There has been heavy military involvement with the pipeline and oilfields. The Sudanese army has of course been involved, but there are also plausible reports of Chinese army soldiers, and mercenaries from Malaysia and Branch Heritage, an offshoot of the celebrated Executive Outcomes. Local warlords are no doubt also being employed. Such facts as who is hiring what soldiers and which soldiers are depopulating the villages and which merely defending oil facilities are hazy, and the oil companies do not grant the access needed by independent reporters to find out how deeply they might be implicated in the atrocities.
In Nairobi, Kenya on 23 October,1999, U.S. Secretary of State Madeleine Albright said, "We have our sanctions, but other countries are engaged in what they're calling a critical dialogue and are looking at ways to help them expand their oil drilling. We're going to have to talk to some of our allies about ways to put pressure on Khartoum." ( http://www.security-policy.org/papers/1999/99-C132.html)
"Doing business with GNPOC or Sudapet, like doing business with the Government of Sudan, carries criminal penalties of up to $500,000 per violation for corporations and up to $250,000 for individuals, as well as imprisonment of up to 10 years. Civil penalties of up to $11,000 per violation may be imposed administratively by Treasury's Office of Foreign Assets Control (OFAC)." However, the U.S. Treasury immediately gave special exemptions to China National Petroleum Corporation, Petronas, and Talisman, which are 95% of GNPOC. (Casey Institute, " 'Classic Clinton': Like Canada, U.S. refuses to Sanction Sudan's Foreign Oil Partners -- But Pretends to Do So," Publications of the Center for Security Policy No. 00-F 10, 16 February 2000, http://www.security-policy.org/papers/2000/00-F10.html.)
The best source of information is the Harker Report, commissioned by the Canadian government and released in early 2000. Its concern is with the involvement of Talisman, a Canadian company, not with oil drilling generally. The excerpts below from the long (100+ pages) report will give you an impression of what is happening.

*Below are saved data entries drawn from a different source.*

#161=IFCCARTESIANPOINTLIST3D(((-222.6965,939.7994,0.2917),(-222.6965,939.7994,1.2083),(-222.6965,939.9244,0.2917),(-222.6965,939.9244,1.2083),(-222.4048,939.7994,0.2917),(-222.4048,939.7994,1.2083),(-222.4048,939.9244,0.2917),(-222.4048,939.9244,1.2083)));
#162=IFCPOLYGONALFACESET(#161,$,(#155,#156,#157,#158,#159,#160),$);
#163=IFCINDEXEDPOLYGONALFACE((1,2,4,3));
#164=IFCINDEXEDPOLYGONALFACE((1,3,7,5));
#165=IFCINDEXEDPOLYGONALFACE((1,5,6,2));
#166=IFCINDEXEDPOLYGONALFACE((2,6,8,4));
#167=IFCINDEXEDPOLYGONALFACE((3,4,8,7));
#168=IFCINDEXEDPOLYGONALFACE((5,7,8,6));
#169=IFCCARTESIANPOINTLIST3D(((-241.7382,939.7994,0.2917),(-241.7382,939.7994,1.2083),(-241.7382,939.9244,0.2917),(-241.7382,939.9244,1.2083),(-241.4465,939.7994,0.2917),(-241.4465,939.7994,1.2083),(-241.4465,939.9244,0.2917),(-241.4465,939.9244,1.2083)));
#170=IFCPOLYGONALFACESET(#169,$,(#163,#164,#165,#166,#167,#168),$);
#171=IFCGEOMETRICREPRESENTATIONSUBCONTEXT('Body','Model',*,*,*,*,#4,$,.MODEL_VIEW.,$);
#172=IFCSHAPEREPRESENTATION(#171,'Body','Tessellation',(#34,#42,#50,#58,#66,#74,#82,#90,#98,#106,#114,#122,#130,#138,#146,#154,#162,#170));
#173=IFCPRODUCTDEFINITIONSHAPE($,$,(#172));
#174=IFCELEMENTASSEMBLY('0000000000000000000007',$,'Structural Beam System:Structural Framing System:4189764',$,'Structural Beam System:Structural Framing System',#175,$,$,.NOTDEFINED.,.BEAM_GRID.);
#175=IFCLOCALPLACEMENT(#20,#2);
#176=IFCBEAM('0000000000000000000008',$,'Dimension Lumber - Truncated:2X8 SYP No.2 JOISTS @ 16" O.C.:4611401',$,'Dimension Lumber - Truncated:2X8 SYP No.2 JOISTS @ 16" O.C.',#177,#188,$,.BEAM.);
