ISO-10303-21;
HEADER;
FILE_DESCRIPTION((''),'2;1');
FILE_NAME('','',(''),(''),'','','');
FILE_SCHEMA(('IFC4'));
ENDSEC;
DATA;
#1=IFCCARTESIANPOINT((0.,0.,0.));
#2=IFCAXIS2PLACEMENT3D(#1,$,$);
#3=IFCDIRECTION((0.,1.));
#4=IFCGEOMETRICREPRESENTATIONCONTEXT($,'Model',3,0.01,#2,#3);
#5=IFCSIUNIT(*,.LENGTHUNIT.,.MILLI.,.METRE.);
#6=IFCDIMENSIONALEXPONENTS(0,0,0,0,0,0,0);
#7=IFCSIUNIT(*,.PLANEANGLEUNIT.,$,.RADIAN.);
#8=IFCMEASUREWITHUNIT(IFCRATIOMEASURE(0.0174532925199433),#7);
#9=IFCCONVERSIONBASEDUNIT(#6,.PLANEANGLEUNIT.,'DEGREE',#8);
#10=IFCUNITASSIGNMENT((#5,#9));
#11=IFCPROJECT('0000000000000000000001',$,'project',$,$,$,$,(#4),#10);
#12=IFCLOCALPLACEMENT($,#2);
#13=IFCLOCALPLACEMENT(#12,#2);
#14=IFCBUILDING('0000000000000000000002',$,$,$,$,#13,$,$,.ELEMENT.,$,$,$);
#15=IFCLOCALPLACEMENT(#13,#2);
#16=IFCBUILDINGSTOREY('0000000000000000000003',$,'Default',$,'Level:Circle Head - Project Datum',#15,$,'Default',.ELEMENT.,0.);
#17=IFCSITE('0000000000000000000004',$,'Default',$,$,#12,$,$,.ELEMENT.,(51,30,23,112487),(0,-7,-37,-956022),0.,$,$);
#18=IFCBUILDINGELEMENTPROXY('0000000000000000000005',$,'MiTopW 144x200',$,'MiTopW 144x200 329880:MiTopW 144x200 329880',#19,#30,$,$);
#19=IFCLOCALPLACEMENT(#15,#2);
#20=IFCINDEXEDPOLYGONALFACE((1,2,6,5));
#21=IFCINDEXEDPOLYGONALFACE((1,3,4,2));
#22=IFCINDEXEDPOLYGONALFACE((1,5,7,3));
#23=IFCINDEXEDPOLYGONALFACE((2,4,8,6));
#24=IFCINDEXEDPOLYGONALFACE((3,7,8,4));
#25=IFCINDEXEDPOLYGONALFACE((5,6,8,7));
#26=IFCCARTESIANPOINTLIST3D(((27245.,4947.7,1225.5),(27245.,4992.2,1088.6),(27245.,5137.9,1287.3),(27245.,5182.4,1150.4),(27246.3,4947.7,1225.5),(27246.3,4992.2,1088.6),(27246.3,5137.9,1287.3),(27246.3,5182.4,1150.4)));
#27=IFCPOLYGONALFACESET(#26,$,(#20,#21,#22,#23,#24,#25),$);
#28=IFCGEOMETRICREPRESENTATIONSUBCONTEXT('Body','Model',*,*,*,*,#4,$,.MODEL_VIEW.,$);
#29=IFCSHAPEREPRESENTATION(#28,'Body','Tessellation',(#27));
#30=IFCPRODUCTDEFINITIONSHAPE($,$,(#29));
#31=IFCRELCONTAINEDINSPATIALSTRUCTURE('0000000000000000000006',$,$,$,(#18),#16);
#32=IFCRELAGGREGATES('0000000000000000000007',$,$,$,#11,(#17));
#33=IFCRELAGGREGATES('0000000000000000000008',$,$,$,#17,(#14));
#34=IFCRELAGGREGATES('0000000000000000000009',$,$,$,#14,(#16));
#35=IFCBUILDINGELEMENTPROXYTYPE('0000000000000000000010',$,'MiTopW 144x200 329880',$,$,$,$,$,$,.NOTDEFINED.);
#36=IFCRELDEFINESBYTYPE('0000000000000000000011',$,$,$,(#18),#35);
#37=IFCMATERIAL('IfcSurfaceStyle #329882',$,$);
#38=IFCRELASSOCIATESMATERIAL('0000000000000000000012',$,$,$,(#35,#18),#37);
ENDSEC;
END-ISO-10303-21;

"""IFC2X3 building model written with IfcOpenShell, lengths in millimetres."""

from ifc_helpers import new_model, entity, si_unit, converted_unit, direction, frame, origin, place, context, subcontext, project, spatial, polyline, outline, extrude, source, transform, mapped, material, type_object, type_shapes, element, save


model = new_model("IFC2X3")

# Units and contexts
model_context = context("Model", 3, precision=0.01, world=origin(), true_north=direction((0.0, 1.0)))
body_context = subcontext(model_context, "Body", "Model", "MODEL_VIEW")
ifc_project = project(units=[si_unit("LENGTHUNIT", "METRE", prefix="MILLI"), converted_unit("PLANEANGLEUNIT", "DEGREE", entity("IfcRatioMeasure", 0.0174532925199433), si_unit("PLANEANGLEUNIT", "RADIAN"), dimensions=[0, 0, 0, 0, 0, 0, 0])], contexts=[model_context])

# Site, building, storey
site_placement = place(None, origin())
site = spatial("IfcSite", under=ifc_project, at=site_placement, Name="Default", CompositionType="ELEMENT", RefLatitude=(51, 30, 23, 112487), RefLongitude=(0, -7, -37, -956022), RefElevation=0.0)
building_placement = place(site_placement, origin())
building = spatial("IfcBuilding", under=site, at=building_placement, CompositionType="ELEMENT")
storey_placement = place(building_placement, origin())
storey = spatial("IfcBuildingStorey", under=building, at=storey_placement, Name="Default", ObjectType="Level:Circle Head - Project Datum", LongName="Default", CompositionType="ELEMENT", Elevation=0.0)

# Building element proxy
ifc_material_1 = material(Name="IfcSurfaceStyle #329882")
building_element_proxy_type_1 = type_object("IfcBuildingElementProxyType", Name="MiTopW 144x200 329880", PredefinedType="NOTDEFINED", material=ifc_material_1)
shared_shape_1 = source(origin(), body_context, "Body", "SweptSolid", [
    extrude(outline(polyline([(-100.0, -72.0), (100.0, -72.0), (100.0, 72.0), (-100.0, 72.0), (-100.0, -72.0)])), frame((100.0, 72.0, 0.0), z_axis=(0.0, 0.0, 1.0), x_axis=(-1.0, 0.0, 0.0)), (0.0, 0.0, 1.0), 1.3),
])
type_shapes(building_element_proxy_type_1, [shared_shape_1])
proxy_1_placement = place(building_placement, frame((27246.3, 4947.7, 1225.5), z_axis=(-1.0, 0.0, 0.0), x_axis=(0.0, 0.951057, 0.309017)))
element("IfcBuildingElementProxy", 1, at=proxy_1_placement, inside=storey, type_object=building_element_proxy_type_1, material=ifc_material_1, Name="MiTopW 144x200", ObjectType="MiTopW 144x200 329880:MiTopW 144x200 329880", context=body_context, shape_type="MappedRepresentation", body=[
    mapped(shared_shape_1, transform((0.0, 0.0, 0.0), scale=1.0)),
])

save(model, "model.ifc")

Note that other companies, such as Swedish Lundin, Malaysian Petronas, and the Chinese state oil company, have not been even as open as Talisman, and presumably have even more to hide.
Some excerpts from the Harker Report:
Oil companies should have publicly monitored discussions with the government about human rights abuses. Public monitoring is crucial, because otherwise it is unlikely such discussions will really occur.
This goes well beyond simply doing business with an oppressive government. We are talking about earning extra income because the government is oppressive, perhaps benefiting even more from the oppression than the government does itself. You need not be a hired mercenary or an oil company executive to be in this category, though we appeal to those people too. You might just be a shareholder in Talisman or one of the companies that has a contract for oil drilling supplies. If you are, please ponder what we have said.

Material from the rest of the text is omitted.